START GIVEN ENTRIES

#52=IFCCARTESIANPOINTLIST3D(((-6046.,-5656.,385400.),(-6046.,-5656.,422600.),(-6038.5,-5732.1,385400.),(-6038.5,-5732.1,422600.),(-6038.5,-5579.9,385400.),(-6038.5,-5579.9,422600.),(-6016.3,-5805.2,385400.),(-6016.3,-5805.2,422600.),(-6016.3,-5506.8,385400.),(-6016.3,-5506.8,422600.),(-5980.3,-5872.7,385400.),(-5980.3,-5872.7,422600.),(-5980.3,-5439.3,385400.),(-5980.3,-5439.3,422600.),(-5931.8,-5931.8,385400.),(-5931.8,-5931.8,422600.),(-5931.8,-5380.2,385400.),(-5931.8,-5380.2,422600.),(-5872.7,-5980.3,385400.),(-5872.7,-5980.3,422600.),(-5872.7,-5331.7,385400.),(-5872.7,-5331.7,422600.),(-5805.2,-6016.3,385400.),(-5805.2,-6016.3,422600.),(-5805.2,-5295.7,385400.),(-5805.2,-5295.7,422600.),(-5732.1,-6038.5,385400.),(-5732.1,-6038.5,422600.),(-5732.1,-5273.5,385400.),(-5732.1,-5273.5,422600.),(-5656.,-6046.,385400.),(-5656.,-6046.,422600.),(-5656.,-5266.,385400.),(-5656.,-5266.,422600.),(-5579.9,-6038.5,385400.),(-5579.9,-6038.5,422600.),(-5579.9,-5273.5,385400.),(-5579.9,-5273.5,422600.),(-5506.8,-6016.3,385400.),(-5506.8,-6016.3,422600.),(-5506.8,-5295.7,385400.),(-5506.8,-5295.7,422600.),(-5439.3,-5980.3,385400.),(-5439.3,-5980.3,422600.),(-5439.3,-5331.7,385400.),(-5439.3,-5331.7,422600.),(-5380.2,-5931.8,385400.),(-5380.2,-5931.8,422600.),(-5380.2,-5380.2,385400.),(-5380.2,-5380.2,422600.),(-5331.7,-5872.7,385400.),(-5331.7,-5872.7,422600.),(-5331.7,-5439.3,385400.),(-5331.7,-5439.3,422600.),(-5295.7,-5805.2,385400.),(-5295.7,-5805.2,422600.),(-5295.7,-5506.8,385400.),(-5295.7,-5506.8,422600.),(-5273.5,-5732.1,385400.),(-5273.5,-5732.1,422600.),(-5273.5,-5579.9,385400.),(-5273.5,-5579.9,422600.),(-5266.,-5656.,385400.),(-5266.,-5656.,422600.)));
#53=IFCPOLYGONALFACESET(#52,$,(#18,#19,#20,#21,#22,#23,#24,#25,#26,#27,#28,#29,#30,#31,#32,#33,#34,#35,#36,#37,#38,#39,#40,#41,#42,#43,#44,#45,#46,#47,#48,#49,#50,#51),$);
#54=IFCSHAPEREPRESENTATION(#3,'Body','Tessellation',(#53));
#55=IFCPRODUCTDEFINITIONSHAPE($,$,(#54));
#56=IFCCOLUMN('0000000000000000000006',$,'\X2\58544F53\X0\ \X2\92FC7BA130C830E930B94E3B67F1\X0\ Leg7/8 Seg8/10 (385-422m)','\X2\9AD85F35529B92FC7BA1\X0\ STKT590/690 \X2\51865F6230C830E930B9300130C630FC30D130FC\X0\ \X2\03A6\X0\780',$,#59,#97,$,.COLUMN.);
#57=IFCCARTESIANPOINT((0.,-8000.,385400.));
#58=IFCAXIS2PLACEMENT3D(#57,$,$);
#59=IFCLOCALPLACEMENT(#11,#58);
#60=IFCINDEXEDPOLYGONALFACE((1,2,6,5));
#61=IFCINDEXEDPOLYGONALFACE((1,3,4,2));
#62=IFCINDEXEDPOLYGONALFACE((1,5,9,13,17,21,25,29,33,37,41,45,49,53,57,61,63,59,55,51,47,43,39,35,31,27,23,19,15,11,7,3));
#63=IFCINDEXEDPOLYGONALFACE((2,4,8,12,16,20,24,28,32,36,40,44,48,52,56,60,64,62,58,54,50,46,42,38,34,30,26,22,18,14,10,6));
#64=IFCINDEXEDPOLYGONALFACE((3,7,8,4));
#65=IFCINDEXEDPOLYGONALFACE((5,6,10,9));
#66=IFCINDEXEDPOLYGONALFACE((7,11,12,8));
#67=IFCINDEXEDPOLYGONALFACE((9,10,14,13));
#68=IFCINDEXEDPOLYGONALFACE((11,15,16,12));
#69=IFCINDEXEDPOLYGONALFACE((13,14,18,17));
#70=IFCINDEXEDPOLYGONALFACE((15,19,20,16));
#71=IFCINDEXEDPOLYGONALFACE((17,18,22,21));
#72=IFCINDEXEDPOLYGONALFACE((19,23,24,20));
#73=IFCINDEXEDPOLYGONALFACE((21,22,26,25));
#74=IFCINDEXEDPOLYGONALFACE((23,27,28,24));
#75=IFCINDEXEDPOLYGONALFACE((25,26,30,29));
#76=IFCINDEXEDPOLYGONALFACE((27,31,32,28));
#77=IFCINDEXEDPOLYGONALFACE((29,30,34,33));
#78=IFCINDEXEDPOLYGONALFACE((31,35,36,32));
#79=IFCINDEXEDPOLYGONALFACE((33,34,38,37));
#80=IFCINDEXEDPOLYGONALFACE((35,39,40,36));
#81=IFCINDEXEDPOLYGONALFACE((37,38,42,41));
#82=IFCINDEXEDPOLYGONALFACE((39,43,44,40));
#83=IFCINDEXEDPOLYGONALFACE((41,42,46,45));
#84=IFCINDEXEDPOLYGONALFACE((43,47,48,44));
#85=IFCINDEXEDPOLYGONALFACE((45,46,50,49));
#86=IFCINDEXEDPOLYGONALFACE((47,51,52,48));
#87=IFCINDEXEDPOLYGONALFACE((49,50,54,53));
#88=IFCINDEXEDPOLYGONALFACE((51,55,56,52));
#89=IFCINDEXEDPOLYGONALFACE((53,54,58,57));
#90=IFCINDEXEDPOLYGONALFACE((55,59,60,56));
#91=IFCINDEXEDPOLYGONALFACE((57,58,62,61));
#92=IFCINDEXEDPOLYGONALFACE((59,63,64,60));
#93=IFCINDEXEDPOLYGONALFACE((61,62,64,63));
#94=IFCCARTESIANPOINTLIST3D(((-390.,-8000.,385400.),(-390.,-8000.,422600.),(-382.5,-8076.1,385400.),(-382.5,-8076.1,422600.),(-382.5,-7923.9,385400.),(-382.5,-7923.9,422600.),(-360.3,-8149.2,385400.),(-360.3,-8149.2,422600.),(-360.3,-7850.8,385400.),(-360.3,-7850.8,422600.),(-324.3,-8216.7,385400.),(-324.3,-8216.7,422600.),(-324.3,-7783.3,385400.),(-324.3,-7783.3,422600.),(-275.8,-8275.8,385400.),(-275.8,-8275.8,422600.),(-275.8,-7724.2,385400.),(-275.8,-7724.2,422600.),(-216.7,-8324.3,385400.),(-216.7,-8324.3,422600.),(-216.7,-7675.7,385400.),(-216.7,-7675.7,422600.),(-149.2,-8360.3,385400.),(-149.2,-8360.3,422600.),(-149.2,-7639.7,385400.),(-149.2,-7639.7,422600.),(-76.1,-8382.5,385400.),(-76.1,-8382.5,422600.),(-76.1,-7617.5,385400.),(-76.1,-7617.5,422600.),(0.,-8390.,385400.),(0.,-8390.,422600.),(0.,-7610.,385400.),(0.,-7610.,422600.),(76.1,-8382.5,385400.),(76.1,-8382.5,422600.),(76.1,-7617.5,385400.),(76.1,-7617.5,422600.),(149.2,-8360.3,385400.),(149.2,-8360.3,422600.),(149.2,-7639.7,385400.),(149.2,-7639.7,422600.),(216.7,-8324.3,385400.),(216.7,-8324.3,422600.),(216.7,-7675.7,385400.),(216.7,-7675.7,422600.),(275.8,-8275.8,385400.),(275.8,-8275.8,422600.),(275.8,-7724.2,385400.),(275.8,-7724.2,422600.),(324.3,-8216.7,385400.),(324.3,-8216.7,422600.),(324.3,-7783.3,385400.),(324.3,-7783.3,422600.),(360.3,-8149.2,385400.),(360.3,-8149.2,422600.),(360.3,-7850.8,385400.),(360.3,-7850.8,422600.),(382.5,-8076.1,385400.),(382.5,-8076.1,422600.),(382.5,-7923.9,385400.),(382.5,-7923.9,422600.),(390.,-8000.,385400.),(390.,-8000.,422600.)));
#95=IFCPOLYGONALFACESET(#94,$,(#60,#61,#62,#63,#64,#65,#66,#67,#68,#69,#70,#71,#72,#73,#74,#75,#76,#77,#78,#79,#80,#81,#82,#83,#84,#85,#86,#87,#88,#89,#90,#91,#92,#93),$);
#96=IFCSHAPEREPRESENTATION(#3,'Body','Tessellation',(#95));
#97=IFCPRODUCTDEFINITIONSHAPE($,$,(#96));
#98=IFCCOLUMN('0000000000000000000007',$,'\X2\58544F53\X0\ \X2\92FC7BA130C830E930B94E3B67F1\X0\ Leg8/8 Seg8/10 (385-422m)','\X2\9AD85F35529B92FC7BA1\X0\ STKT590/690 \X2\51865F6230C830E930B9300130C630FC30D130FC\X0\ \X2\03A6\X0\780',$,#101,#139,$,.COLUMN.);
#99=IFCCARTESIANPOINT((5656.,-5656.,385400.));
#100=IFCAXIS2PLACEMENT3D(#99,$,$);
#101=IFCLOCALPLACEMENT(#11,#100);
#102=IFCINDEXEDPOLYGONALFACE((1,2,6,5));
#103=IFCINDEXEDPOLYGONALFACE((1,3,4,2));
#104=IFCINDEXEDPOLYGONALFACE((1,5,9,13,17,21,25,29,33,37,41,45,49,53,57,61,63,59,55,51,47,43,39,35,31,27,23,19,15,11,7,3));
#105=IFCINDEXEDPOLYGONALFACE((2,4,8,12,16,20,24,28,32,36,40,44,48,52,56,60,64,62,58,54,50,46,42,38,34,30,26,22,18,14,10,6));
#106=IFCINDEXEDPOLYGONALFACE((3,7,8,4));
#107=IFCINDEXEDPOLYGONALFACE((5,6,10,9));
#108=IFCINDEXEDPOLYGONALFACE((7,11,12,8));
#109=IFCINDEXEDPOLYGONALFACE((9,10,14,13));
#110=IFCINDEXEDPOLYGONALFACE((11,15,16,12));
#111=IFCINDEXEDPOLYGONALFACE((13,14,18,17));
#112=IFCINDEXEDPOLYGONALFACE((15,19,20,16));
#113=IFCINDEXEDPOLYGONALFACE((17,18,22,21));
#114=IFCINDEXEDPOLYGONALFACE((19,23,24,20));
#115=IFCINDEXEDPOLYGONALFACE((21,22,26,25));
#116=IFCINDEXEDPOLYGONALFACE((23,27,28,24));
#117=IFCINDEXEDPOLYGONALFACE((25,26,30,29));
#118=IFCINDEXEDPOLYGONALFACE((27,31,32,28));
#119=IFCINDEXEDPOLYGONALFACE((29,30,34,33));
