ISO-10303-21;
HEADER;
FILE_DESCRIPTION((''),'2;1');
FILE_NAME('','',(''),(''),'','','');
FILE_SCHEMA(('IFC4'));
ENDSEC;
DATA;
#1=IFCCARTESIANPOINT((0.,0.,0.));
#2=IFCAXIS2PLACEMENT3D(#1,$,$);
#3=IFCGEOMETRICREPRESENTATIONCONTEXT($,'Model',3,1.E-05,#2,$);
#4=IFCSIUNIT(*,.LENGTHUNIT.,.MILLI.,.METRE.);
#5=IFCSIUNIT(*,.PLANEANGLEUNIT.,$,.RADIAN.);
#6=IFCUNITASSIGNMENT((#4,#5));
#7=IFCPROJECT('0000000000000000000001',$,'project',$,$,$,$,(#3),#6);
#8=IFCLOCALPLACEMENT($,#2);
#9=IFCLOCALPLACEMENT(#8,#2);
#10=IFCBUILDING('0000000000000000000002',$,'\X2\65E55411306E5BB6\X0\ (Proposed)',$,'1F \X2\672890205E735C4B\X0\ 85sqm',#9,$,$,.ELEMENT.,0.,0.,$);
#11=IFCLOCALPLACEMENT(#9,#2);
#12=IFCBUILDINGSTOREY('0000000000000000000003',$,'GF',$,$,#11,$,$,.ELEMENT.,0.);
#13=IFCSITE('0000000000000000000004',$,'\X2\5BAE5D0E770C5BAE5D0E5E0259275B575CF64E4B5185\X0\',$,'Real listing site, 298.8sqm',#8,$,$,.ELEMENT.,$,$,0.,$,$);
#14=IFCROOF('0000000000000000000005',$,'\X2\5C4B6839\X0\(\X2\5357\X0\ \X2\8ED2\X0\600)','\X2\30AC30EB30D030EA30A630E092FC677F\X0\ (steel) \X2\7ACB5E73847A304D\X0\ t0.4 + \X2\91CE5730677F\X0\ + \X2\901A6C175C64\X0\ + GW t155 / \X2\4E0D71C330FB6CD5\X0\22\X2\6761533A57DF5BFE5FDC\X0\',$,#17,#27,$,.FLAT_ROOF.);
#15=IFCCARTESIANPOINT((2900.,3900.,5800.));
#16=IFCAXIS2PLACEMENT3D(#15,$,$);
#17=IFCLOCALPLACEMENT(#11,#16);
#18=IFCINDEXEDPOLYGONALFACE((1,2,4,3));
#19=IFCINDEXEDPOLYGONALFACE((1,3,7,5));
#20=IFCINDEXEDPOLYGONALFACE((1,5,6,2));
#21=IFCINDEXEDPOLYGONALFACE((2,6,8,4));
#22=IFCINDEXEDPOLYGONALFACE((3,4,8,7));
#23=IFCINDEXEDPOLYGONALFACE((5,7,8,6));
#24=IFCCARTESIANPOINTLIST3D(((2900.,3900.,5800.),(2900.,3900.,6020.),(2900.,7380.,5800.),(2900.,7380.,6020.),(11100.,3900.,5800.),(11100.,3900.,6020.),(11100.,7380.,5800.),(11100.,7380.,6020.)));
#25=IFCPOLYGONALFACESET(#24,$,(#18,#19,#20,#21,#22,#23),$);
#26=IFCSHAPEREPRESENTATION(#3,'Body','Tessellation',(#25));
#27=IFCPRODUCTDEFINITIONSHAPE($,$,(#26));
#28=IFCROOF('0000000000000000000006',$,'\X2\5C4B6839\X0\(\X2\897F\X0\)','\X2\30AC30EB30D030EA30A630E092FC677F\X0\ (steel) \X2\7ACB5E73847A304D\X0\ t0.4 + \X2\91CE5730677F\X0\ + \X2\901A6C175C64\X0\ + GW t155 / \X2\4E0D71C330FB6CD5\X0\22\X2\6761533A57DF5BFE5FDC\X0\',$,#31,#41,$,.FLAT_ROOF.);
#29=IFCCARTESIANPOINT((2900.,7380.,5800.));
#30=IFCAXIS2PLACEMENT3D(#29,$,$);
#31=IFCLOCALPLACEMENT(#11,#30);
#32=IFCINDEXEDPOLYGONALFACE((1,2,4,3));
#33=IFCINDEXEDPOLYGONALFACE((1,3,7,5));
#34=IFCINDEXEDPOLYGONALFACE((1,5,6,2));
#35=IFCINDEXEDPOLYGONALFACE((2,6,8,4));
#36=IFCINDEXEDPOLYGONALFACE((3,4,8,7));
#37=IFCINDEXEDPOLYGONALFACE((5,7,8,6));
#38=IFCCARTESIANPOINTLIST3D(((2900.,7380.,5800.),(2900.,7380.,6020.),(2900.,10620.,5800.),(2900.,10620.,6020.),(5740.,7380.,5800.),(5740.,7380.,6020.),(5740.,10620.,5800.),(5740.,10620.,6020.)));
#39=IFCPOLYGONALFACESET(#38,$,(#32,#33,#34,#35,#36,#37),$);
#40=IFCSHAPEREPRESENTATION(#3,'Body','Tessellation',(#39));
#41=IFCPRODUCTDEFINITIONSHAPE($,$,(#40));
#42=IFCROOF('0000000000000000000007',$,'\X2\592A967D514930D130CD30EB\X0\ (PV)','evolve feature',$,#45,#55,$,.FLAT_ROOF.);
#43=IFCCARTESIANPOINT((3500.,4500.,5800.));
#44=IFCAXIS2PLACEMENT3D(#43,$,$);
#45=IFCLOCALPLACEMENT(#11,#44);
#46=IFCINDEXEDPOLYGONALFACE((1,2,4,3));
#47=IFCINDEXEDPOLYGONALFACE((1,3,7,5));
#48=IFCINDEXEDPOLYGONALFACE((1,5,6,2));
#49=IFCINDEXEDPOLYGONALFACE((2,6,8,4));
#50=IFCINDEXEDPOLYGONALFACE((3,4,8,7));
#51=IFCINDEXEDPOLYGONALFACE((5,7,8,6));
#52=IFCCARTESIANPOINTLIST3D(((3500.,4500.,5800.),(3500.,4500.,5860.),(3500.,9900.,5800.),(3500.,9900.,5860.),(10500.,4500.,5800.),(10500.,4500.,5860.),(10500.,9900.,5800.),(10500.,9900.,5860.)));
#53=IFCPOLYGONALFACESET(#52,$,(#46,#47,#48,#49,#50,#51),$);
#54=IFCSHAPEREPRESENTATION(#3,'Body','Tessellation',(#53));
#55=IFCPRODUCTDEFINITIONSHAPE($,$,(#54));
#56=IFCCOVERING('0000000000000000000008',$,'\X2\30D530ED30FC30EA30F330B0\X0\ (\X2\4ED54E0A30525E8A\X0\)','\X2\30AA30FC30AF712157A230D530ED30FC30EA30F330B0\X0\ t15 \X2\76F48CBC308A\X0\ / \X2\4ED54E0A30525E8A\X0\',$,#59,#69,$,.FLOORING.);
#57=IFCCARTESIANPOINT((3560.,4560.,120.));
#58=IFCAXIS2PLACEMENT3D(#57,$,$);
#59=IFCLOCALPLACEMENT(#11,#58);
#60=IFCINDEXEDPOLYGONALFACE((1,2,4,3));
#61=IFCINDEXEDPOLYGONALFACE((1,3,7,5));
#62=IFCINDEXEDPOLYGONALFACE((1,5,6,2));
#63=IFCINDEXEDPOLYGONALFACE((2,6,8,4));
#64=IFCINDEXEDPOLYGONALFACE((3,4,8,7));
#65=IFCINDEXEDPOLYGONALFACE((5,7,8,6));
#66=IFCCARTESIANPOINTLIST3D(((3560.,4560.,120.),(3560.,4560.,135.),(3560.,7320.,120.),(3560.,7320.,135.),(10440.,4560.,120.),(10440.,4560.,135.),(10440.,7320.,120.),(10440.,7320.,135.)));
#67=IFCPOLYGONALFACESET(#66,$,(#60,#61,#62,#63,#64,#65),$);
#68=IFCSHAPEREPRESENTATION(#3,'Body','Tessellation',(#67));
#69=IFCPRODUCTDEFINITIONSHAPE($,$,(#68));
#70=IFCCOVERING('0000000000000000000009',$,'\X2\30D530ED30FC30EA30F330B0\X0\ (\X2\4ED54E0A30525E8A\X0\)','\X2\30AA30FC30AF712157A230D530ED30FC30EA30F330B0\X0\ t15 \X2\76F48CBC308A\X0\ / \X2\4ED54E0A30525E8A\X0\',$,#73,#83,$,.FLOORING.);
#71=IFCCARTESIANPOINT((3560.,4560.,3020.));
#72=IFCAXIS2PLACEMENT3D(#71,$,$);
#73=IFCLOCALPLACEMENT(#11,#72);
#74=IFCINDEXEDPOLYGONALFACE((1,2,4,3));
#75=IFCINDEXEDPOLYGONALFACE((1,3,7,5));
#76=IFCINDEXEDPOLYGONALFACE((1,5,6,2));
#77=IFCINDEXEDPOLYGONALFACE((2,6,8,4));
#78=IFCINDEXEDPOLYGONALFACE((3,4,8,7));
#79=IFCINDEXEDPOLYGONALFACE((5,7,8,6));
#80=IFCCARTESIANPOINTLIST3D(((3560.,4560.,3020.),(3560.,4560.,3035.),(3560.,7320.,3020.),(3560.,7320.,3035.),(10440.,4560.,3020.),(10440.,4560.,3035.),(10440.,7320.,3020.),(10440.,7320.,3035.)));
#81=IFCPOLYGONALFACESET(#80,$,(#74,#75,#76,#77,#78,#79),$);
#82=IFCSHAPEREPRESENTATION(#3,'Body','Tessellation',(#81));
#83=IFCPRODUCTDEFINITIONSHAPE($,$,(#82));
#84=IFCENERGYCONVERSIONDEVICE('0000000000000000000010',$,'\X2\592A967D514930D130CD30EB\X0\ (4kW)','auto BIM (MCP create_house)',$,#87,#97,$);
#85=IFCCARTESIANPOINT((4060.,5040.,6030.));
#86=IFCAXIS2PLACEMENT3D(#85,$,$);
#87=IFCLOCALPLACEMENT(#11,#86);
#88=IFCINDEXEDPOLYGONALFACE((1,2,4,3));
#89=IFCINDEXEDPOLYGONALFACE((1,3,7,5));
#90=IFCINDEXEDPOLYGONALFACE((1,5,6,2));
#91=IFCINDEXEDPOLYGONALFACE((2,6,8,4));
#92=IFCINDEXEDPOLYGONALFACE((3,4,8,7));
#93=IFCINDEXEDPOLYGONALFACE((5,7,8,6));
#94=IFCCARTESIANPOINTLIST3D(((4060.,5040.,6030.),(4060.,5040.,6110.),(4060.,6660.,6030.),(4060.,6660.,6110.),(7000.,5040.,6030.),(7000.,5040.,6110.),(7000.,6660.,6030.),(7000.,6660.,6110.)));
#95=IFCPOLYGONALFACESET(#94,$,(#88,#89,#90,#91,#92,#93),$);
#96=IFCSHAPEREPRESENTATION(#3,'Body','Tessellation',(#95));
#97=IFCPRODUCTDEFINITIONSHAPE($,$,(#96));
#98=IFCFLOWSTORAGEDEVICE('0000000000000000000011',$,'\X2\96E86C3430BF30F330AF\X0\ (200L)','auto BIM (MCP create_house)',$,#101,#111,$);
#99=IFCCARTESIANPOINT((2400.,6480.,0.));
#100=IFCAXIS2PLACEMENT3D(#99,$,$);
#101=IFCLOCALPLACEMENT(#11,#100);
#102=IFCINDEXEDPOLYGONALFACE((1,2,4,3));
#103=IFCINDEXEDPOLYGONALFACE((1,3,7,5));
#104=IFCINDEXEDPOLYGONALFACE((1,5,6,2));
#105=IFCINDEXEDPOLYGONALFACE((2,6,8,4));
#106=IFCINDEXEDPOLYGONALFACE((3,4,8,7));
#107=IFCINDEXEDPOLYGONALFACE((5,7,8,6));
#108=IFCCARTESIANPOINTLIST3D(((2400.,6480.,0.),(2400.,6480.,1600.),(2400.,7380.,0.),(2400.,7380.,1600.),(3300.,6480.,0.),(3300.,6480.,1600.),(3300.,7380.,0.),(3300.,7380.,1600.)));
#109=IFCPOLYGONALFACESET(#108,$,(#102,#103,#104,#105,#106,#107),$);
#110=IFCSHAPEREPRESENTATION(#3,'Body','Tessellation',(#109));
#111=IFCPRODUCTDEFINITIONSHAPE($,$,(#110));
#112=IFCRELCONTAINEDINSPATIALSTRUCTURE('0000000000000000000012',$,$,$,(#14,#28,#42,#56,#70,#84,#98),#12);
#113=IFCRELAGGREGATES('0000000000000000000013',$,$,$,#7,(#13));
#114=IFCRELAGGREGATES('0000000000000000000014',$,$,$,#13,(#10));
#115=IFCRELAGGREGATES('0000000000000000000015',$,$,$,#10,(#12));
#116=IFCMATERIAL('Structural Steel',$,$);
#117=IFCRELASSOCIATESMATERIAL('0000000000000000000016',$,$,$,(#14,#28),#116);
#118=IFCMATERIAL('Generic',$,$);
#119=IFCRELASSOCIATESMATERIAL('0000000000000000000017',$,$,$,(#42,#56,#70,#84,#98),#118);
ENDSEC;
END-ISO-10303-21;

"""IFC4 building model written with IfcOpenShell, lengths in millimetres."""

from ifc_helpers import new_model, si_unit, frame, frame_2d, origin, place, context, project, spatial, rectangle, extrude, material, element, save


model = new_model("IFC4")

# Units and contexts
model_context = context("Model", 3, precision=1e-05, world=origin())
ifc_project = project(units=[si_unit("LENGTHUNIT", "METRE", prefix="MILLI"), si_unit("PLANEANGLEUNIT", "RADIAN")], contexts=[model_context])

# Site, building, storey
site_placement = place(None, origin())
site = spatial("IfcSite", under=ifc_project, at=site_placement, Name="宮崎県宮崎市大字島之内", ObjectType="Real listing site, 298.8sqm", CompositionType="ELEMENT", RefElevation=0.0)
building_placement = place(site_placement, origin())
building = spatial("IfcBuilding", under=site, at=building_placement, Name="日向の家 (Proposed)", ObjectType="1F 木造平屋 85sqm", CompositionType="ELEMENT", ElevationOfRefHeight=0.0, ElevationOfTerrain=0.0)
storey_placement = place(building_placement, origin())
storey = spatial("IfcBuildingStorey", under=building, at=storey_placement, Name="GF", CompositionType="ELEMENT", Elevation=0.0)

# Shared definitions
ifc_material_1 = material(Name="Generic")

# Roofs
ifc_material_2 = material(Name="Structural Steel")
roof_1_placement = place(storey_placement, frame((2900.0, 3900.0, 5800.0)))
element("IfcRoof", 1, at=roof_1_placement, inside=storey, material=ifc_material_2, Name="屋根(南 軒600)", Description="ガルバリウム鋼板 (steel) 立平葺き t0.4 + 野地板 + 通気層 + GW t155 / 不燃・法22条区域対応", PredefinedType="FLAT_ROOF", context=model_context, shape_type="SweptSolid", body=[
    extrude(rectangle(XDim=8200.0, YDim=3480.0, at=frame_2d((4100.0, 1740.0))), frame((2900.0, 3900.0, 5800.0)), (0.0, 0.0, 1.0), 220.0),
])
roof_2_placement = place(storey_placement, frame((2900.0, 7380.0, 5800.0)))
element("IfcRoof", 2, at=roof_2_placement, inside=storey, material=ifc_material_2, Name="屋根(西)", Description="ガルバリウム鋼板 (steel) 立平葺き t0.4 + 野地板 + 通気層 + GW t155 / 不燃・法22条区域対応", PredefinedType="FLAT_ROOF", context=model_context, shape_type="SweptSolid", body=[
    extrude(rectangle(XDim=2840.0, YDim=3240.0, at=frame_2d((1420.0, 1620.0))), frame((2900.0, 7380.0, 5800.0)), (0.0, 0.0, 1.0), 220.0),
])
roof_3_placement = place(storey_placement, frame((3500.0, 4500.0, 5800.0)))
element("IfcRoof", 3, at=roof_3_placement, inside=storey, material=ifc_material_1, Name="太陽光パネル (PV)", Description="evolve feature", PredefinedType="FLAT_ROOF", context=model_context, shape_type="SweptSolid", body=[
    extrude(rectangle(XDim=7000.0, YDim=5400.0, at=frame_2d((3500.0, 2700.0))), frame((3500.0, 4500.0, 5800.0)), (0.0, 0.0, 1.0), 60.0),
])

END GIVEN ENTRIES

THE TASK:
Find the lines of the listing above that hold "IFCRELASSOCIATESMATERIAL". Please copy them.

REPLY:
#117=IFCRELASSOCIATESMATERIAL('0000000000000000000016',$,$,$,(#14,#28),#116);
#119=IFCRELASSOCIATESMATERIAL('0000000000000000000017',$,$,$,(#42,#56,#70,#84,#98),#118);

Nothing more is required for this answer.